This Month we talk to author Marianna Shek about her picture book for adults The Stolen Button, which Marianna is currently funding for self-publication through Kickstarter. You can donate to her fund here.

Hearts are stolen every day, but a stolen belly button- well, that has consequences! When willful Mei Ling wheedles her mother Lady Lin into taking her to the circus, she catches the attention of the orphan Fang Fei. The envious girl traps Mei Ling in the mirror maze, then offers her safe passage home in exchange for her navel.  

Although The Stolen Button is a picture book, it is intended for an older audience (12+) At 48 pages, it is much longer than a traditional picture book and contains dark themes.

Tell us about yourself
Okay I’m a writer, I guess that’s what I identify as now. It’s a long history of how I got to be a writer. But in the past I’ve been a pharmacist and I was that for about ten years. Then I decided I really wanted to be a ceramic artist. So I did that for a while. Then while I was doing ceramics I realised that I really wanted to learn drawing because it was really holding me back from doing my ceramic work so to learn drawing I went to uni to learn animation and that’s when I quit being a pharmacist. And then from animation I decided I wanted to do script writing, so that I could be an animation script writer, and then from there I really just got into storytelling and I just wasn’t happy doing the animation, I wanted to do the story. So from there it became novel writing and that’s who I am now.

So you’ve done quite a range of things
I guess that’s just part of the convoluted path I took. I know some people have their niche and just love it and will do it for twenty or thirty years but I was always just interested in experimenting and trying these things and going ‘oooh what’s this about’ and ‘I want to try ceramics’ and ‘I want to try drawing’ but I think I have settled because all along I’ve been writing short stories but it really took this time to arrive at ‘I want to do this now for a very long time’.

Is there a particular form you prefer?
Yes definitely the novel writing. So this picture book is actually a passion project left over from my animation days when I really loved, well I still really love, image and the visual but to me I guess I’d rather put that on the back burner and focus on my writing. I actually just finished my PhD and for my PhD I did interactive storytelling thinking I could merge all the different art forms like the visual, the interactive and the narrative and I did that and I think that’s the thing that really brought it all together; that the part I really loved is just the narrative and just fine tuning the words.

Is that the other book that you’re releasing next year?
Oh that’s a fun one! That’s my fun relaxing… I write these choose-your-own-adventure style novels in my spare time and it was the final wave of my PhD work. So that’s the one that’s going to be like a twisted fairy tale. That’s fun for young readers.

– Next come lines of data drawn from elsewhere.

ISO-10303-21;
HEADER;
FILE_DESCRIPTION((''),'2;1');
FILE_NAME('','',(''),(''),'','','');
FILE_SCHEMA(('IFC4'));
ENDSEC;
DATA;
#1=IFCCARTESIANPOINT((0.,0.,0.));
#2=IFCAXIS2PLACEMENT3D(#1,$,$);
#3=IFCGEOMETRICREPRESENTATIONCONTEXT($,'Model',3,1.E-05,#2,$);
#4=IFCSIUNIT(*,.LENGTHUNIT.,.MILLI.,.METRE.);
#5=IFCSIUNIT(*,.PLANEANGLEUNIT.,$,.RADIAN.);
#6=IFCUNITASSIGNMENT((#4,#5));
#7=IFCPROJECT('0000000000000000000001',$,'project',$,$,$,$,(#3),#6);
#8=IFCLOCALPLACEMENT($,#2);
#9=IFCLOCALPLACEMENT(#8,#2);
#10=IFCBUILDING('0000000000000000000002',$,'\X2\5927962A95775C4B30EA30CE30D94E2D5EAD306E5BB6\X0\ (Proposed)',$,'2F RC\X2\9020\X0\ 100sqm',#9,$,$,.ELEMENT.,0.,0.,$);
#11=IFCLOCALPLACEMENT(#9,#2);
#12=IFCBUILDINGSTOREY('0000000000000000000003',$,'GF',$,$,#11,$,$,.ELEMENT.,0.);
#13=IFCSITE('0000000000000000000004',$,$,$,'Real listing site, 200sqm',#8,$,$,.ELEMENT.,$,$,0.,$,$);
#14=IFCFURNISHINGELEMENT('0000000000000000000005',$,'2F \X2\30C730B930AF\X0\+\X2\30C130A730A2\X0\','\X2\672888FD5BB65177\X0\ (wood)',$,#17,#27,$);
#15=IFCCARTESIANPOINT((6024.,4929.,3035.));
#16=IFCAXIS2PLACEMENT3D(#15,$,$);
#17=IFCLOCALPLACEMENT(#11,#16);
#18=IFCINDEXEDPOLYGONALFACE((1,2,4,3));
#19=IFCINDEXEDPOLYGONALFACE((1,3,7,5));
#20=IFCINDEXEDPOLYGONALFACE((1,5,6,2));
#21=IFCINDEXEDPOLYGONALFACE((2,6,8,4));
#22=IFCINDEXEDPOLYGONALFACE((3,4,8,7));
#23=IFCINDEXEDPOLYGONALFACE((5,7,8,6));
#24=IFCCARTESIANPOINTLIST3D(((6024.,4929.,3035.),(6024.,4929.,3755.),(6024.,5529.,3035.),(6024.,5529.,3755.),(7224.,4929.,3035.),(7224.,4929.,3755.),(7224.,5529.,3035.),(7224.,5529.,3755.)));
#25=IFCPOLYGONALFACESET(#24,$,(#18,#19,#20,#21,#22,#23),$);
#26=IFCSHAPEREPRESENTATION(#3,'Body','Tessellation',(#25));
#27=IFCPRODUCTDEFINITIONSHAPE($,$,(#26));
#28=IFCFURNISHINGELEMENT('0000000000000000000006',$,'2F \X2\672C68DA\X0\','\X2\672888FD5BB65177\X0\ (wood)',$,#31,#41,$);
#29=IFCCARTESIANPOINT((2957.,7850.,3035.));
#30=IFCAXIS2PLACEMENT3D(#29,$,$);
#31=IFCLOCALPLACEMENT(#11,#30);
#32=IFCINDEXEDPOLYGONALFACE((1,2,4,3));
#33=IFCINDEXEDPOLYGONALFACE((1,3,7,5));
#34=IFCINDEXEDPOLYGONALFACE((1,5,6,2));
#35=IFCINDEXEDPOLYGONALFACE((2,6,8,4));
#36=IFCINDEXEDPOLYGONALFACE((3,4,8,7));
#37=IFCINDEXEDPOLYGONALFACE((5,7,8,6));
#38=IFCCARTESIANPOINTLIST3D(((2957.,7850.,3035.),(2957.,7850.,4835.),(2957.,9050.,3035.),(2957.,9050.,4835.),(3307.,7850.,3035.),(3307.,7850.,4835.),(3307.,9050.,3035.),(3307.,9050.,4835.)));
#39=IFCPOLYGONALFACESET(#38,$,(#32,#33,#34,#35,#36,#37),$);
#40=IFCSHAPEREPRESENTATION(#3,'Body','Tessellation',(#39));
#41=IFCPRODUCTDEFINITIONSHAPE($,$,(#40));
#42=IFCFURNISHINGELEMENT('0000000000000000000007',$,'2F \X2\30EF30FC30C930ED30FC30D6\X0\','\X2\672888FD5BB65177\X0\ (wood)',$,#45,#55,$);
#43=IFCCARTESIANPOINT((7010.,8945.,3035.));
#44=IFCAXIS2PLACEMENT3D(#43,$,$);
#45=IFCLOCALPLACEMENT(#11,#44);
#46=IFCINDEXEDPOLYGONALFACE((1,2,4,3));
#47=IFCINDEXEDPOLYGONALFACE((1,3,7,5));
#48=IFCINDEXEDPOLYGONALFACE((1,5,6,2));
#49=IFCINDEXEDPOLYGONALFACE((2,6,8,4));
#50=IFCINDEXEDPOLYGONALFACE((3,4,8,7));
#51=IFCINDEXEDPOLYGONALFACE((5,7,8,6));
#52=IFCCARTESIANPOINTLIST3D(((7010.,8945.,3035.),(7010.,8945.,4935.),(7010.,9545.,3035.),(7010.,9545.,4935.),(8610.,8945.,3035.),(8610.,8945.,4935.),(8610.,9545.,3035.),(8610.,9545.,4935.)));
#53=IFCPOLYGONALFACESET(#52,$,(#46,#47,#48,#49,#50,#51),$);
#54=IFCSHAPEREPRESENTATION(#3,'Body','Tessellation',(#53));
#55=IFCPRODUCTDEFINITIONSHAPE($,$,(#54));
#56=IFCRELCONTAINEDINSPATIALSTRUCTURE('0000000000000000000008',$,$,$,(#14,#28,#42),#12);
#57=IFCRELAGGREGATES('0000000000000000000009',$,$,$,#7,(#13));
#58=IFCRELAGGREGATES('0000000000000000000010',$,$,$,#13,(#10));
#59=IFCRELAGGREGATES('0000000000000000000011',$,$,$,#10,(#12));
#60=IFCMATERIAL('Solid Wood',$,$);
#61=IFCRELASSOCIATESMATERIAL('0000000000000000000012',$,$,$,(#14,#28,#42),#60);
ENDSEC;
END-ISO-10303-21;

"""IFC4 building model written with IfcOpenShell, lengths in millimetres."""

from ifc_helpers import new_model, si_unit, frame, frame_2d, origin, place, context, project, spatial, rectangle, extrude, material, element, save


model = new_model("IFC4")

# Units and contexts
model_context = context("Model", 3, precision=1e-05, world=origin())
ifc_project = project(units=[si_unit("LENGTHUNIT", "METRE", prefix="MILLI"), si_unit("PLANEANGLEUNIT", "RADIAN")], contexts=[model_context])

# Site, building, storey
site_placement = place(None, origin())
site = spatial("IfcSite", under=ifc_project, at=site_placement, ObjectType="Real listing site, 200sqm", CompositionType="ELEMENT", RefElevation=0.0)
building_placement = place(site_placement, origin())
building = spatial("IfcBuilding", under=site, at=building_placement, Name="大阪長屋リノベ中庭の家 (Proposed)", ObjectType="2F RC造 100sqm", CompositionType="ELEMENT", ElevationOfRefHeight=0.0, ElevationOfTerrain=0.0)
storey_placement = place(building_placement, origin())
storey = spatial("IfcBuildingStorey", under=building, at=storey_placement, Name="GF", CompositionType="ELEMENT", Elevation=0.0)

# Shared definitions
ifc_material_1 = material(Name="Solid Wood")

# Furnishing elements
furnishing_1_placement = place(storey_placement, frame((6024.0, 4929.0, 3035.0)))
element("IfcFurnishingElement", 1, at=furnishing_1_placement, inside=storey, material=ifc_material_1, Name="2F デスク+チェア", Description="木製家具 (wood)", context=model_context, shape_type="SweptSolid", body=[
    extrude(rectangle(XDim=1200.0, YDim=600.0, at=frame_2d((600.0, 300.0))), frame((6024.0, 4929.0, 3035.0)), (0.0, 0.0, 1.0), 720.0),
])
furnishing_2_placement = place(storey_placement, frame((2957.0, 7850.0, 3035.0)))
element("IfcFurnishingElement", 2, at=furnishing_2_placement, inside=storey, material=ifc_material_1, Name="2F 本棚", Description="木製家具 (wood)", context=model_context, shape_type="SweptSolid", body=[
    extrude(rectangle(XDim=350.0, YDim=1200.0, at=frame_2d((175.0, 600.0))), frame((2957.0, 7850.0, 3035.0)), (0.0, 0.0, 1.0), 1800.0),
])
furnishing_3_placement = place(storey_placement, frame((7010.0, 8945.0, 3035.0)))
element("IfcFurnishingElement", 3, at=furnishing_3_placement, inside=storey, material=ifc_material_1, Name="2F ワードローブ", Description="木製家具 (wood)", context=model_context, shape_type="SweptSolid", body=[
    extrude(rectangle(XDim=1600.0, YDim=600.0, at=frame_2d((800.0, 300.0))), frame((7010.0, 8945.0, 3035.0)), (0.0, 0.0, 1.0), 1900.0),
])

save(model, "model.ifc")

So then tell me more about The Stolen Button
So The Stolen Button actually started as an animation script and people that have beta read it have said ‘have you thought about making this into a short film’ and that kind of pleases me because that’s exactly what it was, an animated short film that I started when I was a first year animation student. But it was too hard to realise as a script so I put it away, took it out the year after, worked on it for NaNoWriMo, then I worked on it as a novel – back then it was Victorian Steampunk because I was really into that- and then put it away when uni started again and put it away for another year. Then every year I would take it out and play with it and I think the closest I got to publishing it was in a poetry form. I had actually just watched this beautiful animation called The Cat Piano and it is all told in, well it’s narrated by Nick Cave, and all told in beautiful poetry and I thought ‘The Stolen Button can be like that!’ so I wrote it all out as a beautiful poem and then tried to animate it and worked on that for a couple of years but at the end it was like ‘no, no it will never see the light of day’ so back in my draw it went. I actually only just took it back out two years ago when I met my current colleague Leila who is the current illustrator on it. She had an exhibition at uni and I went to this exhibition and she is an Iranian-Australian artist but she was actually a carpet designer back home and I saw the designs and they were just so beautiful and I went ‘this is a picture book and I want her to work on The Stolen Button with me’. So after that I approached her and we’ve been working on The Stolen Button on the side of teaching, and we’re both PhD students, which is why it took two years to complete.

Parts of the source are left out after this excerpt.